/Olympic_Data_engineering_project

An end to end data pipeline project to fetch Olympic data and to get insights from it.

Primary LanguageJupyter Notebook

Olympic_Data_engineering_project

End_to_End_Olympic_data_Engineering_usingAzure

About Project:

Using various Azure services, such as Azure Databricks, Azure Synapse Analytics, and Azure Data Factory, the Tokyo Olympic Data Engineering Project is a comprehensive data engineering solution that collects, processes, and analyzes data related to the Tokyo Olympic Games.

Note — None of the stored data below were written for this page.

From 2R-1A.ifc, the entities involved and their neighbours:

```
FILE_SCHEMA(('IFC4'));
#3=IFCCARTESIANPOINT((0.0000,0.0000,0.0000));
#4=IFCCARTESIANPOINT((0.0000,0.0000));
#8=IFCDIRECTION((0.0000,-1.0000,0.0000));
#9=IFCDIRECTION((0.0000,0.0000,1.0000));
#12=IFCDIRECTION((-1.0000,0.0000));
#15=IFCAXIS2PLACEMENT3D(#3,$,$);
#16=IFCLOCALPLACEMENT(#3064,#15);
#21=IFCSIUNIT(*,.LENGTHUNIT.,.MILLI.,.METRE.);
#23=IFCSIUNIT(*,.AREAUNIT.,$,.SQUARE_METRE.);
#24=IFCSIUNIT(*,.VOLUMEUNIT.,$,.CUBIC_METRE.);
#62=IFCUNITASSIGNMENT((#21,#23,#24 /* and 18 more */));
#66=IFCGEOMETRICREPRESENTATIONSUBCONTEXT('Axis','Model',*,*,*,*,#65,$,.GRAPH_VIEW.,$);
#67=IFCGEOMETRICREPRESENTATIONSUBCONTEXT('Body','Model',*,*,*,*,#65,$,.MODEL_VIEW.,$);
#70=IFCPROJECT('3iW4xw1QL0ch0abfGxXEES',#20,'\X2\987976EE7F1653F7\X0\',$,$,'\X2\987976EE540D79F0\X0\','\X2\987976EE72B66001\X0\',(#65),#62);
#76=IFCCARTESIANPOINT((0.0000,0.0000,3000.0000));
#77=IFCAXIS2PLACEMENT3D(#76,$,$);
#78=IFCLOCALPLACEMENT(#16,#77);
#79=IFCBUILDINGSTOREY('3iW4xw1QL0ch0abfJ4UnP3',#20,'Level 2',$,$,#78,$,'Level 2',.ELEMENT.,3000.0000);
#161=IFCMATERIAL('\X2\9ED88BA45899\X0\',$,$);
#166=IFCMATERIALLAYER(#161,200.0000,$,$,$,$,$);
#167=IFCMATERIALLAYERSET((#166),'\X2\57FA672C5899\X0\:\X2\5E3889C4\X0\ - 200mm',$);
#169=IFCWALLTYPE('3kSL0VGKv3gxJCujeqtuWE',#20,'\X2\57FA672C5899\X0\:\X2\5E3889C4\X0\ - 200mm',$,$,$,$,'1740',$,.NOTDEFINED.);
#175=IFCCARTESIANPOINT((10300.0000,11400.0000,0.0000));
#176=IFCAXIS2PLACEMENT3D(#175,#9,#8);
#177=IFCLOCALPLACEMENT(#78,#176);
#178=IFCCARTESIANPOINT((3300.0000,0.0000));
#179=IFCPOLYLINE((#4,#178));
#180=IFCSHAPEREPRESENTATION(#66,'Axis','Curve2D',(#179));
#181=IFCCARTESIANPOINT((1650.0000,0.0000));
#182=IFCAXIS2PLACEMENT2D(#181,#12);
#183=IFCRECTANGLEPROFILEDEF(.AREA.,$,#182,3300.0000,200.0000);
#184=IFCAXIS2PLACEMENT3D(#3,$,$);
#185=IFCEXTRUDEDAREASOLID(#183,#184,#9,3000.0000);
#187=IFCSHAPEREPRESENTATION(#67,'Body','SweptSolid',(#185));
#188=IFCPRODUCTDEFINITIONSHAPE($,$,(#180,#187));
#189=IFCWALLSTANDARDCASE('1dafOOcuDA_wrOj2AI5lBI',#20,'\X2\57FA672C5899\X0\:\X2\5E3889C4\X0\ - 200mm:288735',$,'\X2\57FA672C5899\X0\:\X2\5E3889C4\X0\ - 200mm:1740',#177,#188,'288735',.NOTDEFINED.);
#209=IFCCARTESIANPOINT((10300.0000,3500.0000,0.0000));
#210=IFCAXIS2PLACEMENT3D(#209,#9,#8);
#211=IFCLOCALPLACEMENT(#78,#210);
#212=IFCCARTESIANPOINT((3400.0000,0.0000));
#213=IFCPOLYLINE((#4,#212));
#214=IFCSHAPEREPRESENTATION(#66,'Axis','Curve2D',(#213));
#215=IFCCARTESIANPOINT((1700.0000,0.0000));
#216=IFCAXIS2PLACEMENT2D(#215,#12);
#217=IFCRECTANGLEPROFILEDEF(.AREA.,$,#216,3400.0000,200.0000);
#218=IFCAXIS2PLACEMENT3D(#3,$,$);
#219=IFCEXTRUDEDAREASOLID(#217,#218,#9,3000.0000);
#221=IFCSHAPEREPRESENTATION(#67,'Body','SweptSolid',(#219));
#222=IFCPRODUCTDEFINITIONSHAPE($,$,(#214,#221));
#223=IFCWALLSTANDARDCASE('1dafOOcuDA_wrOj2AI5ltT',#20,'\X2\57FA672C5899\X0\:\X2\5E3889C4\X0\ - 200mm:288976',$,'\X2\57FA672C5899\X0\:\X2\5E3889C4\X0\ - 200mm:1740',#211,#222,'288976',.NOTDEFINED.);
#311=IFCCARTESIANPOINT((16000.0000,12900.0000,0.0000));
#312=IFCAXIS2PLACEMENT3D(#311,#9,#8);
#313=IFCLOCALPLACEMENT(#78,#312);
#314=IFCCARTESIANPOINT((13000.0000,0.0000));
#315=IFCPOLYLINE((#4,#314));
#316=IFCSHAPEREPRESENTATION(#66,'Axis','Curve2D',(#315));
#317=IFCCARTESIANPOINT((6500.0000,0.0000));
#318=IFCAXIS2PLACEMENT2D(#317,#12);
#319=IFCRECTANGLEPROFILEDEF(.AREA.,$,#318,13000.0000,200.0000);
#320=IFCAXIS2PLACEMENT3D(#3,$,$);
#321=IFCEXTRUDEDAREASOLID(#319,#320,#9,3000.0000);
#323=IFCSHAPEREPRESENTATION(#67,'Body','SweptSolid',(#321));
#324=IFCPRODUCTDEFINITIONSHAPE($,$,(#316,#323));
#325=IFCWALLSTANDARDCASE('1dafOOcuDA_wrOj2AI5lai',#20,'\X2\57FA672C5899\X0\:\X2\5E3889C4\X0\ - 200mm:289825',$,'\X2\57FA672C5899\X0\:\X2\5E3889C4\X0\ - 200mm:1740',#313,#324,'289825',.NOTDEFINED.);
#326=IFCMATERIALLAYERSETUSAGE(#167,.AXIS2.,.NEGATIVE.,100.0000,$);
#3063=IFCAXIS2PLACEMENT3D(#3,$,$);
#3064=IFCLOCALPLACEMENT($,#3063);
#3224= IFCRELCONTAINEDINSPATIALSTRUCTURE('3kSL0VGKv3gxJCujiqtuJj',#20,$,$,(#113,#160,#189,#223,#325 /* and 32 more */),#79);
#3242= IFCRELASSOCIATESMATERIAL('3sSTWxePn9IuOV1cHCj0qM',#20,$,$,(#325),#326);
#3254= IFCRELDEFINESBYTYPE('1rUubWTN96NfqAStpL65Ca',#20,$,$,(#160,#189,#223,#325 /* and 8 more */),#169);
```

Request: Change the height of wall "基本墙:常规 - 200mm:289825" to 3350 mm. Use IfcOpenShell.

```python
import ifcopenshell
import ifcopenshell.geom
import ifcopenshell.util.representation
import ifcopenshell.util.shape
import ifcopenshell.util.unit

model = ifcopenshell.open("2R-1A.ifc")
unit_scale = ifcopenshell.util.unit.calculate_unit_scale(model)
settings = ifcopenshell.geom.settings()


def volume(element):
    """Net volume in cubic metres, openings subtracted."""
    shape = ifcopenshell.geom.create_shape(settings, element)
    return ifcopenshell.util.shape.get_volume(shape.geometry)


wall = model.by_id(325)
before = volume(wall)

body = ifcopenshell.util.representation.get_representation(wall, "Model", "Body")
solid = body.Items[0]
old_height = solid.Depth
solid.Depth = 3.35 / unit_scale
after = volume(wall)

print(f"height {old_height:g} -> {solid.Depth:g}, volume {before:.3f} -> {after:.3f} m3")

model.write("2R-1A-out.ifc")
```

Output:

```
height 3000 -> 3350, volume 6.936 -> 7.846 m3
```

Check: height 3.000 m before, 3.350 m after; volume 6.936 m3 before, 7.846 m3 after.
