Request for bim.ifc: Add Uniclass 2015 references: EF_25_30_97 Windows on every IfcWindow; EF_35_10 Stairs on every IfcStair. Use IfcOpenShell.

First a look at what the model holds.

```python
import ifcopenshell

model = ifcopenshell.open("bim.ifc")
print(model.schema)
print("classifications:", [c.Name for c in model.by_type("IfcClassification")])
for ifc_class in ("IfcDoor", "IfcRoof", "IfcStair", "IfcWall", "IfcWindow"):
    print(ifc_class, len(model.by_type(ifc_class)))
```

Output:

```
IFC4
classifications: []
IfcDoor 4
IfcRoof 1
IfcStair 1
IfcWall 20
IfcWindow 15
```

```python
import ifcopenshell
import ifcopenshell.api.classification

model = ifcopenshell.open("bim.ifc")

system = ifcopenshell.api.classification.add_classification(model, classification="Uniclass 2015")

codes = {
    "IfcWindow": ("EF_25_30_97", "Windows"),
    "IfcStair": ("EF_35_10", "Stairs"),
}
for ifc_class, (code, name) in codes.items():
    products = model.by_type(ifc_class)
    ifcopenshell.api.classification.add_reference(
        model, products=products, classification=system, identification=code, name=name
    )
    print(code, len(products))

model.write("bim-out.ifc")
```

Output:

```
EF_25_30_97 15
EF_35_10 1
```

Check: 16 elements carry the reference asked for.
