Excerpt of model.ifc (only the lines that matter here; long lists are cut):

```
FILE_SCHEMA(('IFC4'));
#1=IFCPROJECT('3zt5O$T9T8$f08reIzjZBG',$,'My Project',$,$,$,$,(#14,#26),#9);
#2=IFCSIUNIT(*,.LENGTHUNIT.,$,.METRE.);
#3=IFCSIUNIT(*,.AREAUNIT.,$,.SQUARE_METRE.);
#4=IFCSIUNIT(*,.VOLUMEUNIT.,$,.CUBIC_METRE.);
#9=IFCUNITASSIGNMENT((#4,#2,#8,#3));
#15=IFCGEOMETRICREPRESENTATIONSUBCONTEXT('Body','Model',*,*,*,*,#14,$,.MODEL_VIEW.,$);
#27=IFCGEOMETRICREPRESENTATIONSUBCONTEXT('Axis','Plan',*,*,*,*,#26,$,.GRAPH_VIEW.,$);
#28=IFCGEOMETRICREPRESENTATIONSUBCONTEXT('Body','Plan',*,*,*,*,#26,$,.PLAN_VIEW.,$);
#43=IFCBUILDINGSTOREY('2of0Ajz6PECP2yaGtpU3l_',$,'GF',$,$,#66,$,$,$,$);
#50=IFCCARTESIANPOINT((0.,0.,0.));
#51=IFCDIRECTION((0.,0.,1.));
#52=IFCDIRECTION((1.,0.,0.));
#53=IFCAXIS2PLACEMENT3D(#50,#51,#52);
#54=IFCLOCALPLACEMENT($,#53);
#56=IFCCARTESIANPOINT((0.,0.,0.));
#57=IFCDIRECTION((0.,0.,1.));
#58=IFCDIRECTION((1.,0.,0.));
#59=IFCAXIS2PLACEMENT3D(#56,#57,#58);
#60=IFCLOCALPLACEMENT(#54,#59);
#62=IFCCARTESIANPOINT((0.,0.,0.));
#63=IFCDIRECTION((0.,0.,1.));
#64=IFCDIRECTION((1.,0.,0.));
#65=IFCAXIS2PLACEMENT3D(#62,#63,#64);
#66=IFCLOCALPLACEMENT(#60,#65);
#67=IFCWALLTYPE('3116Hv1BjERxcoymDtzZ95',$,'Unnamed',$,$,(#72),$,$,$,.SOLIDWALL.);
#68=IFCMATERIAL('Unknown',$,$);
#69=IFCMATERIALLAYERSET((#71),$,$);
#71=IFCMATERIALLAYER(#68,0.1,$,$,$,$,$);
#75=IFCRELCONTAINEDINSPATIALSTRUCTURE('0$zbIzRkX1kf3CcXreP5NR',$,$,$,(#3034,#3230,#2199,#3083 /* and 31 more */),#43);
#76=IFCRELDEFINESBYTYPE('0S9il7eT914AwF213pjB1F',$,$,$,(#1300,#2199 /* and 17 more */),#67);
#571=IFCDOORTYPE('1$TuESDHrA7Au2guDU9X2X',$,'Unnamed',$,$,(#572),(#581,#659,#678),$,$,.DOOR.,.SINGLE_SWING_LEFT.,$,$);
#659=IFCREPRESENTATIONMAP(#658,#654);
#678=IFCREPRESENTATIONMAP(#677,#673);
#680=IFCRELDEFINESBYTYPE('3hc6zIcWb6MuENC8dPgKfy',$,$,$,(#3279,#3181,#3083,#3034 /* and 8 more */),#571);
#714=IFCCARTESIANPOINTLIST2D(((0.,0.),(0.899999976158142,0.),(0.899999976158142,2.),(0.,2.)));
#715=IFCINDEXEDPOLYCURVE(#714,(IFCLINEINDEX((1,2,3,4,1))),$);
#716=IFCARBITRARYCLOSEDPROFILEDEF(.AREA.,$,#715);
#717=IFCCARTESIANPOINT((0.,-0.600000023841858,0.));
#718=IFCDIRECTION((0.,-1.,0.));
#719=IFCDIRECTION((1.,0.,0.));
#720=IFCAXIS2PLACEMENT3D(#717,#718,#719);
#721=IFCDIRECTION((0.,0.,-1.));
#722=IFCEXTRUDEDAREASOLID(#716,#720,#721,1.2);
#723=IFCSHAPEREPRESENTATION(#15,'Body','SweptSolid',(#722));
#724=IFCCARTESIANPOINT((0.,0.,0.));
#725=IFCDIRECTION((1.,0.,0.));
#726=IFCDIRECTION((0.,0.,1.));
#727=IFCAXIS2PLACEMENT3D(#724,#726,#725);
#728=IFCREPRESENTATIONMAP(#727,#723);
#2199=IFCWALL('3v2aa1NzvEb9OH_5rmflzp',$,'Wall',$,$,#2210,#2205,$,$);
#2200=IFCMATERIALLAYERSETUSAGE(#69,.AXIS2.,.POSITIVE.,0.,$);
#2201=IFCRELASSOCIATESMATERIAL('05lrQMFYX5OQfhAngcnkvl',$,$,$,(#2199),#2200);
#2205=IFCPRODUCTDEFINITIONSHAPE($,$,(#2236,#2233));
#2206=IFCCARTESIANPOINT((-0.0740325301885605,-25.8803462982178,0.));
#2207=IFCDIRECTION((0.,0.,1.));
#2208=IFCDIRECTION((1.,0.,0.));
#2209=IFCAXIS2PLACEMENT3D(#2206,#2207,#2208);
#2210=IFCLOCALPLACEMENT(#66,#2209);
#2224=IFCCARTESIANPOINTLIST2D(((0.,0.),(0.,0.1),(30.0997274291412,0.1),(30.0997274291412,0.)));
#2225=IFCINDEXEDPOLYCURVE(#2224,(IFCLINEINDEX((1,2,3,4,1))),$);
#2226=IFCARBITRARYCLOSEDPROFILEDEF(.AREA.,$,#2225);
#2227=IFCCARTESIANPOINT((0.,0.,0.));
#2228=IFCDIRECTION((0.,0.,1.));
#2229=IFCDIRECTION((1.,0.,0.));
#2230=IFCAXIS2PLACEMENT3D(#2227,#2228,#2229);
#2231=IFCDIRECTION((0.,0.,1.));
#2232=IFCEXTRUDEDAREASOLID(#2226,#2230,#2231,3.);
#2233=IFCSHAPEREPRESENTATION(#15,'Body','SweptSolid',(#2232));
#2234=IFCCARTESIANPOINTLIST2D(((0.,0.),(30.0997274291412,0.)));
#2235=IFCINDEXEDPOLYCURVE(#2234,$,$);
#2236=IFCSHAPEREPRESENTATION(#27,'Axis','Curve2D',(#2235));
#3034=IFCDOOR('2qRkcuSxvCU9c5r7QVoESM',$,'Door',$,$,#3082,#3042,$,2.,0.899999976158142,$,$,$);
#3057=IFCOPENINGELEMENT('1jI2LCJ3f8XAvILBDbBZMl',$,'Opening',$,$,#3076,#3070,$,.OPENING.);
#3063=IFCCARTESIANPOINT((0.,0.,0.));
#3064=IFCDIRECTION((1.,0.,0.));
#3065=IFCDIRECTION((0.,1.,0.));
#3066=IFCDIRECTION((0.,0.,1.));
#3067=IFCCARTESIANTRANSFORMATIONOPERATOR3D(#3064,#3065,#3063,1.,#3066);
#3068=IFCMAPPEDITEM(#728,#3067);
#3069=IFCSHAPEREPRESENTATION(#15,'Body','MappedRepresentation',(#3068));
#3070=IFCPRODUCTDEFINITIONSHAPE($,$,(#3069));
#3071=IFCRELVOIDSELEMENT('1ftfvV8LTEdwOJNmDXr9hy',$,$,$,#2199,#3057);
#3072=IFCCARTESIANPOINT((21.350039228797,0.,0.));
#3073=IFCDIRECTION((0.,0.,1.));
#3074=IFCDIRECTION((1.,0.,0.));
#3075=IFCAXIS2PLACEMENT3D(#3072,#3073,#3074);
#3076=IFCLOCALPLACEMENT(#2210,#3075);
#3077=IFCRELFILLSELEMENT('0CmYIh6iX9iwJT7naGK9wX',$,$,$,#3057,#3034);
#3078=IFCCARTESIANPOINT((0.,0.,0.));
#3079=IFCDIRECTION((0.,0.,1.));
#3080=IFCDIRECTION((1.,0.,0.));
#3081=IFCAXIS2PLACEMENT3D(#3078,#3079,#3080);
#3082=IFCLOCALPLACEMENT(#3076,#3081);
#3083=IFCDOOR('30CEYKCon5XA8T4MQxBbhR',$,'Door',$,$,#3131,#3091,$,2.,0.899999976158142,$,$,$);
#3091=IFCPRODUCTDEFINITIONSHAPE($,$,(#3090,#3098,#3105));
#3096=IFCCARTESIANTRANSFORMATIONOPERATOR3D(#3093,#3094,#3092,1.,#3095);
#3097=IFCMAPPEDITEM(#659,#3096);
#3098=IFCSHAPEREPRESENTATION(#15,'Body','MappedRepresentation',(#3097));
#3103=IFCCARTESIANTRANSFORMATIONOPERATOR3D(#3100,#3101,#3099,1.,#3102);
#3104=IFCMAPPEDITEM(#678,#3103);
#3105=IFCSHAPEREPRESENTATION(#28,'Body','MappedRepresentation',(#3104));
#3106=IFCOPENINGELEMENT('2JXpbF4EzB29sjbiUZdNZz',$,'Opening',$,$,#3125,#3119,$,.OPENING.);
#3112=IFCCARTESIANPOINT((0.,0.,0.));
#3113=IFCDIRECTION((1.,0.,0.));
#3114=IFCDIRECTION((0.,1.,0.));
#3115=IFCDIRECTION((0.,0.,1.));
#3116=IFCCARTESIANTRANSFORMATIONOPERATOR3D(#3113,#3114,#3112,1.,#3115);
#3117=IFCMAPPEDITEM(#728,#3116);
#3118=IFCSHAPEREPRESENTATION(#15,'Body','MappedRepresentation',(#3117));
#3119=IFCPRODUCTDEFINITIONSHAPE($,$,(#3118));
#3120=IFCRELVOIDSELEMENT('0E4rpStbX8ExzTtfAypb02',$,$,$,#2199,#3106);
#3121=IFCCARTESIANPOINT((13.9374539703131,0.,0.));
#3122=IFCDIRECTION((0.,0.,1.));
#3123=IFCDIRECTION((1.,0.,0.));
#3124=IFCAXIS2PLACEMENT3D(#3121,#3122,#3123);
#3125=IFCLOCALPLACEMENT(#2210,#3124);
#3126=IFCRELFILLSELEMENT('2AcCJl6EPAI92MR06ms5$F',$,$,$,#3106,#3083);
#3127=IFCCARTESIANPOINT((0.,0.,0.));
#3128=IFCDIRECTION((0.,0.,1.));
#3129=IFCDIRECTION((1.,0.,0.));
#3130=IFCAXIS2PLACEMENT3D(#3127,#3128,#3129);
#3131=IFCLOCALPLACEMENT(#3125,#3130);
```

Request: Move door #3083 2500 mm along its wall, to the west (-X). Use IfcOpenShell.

```python
import ifcopenshell
import ifcopenshell.api.geometry
import ifcopenshell.util.placement
import ifcopenshell.util.unit

model = ifcopenshell.open("model.ifc")
unit_scale = ifcopenshell.util.unit.calculate_unit_scale(model)

door = model.by_id(3083)
opening = door.FillsVoids[0].RelatingOpeningElement
wall = opening.VoidsElements[0].RelatingBuildingElement

wall_matrix = ifcopenshell.util.placement.get_local_placement(wall.ObjectPlacement)
shift = wall_matrix[:3, 0] * -2.5 / unit_scale
before = ifcopenshell.util.placement.get_local_placement(door.ObjectPlacement)[:3, 3].copy()

# The door is placed relative to its opening, so it follows when the opening moves.
matrix = ifcopenshell.util.placement.get_local_placement(opening.ObjectPlacement)
matrix[:3, 3] += shift
ifcopenshell.api.geometry.edit_object_placement(
    model, product=opening, matrix=matrix, is_si=False, should_transform_children=True
)

after = ifcopenshell.util.placement.get_local_placement(door.ObjectPlacement)[:3, 3]
print("door moved by", (after - before).round(3) + 0.0)

model.write("model_rev.ifc")
```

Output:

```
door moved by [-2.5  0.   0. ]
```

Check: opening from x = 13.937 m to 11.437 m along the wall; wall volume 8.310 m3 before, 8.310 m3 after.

Data: https://github.com/rashmi0007/Olympic_Data_engineering_project/tree/main/Transformed_Olympic_DataSet

Data ingestion code: https://github.com/rashmi0007/Olympic_Data_engineering_project/blob/main/data_ingestion_pipelines_datafactory.JSON

The project uses Azure Data Factory to manage and automate the data integration and workflow processes. It extracts, transforms, and loads (ETL) data from different sources and stores the data in Data Lake. Then, Azure Databricks is used for data processing and transformation tasks. Databricks enables scalable and distributed data processing, allowing for effective data manipulation, cleaning, and aggregation. It also offers a collaborative environment for data engineers and data scientists to work together smoothly.

Azure Synapse Analytics, a powerful analytics service, is used for data warehousing and advanced analytics. It enables the storage and analysis of large volumes of structured and unstructured data. Olympic_Synapse_analytics

After the data is transformed it can be used for visualization and analysis using Tableau or PowerBI.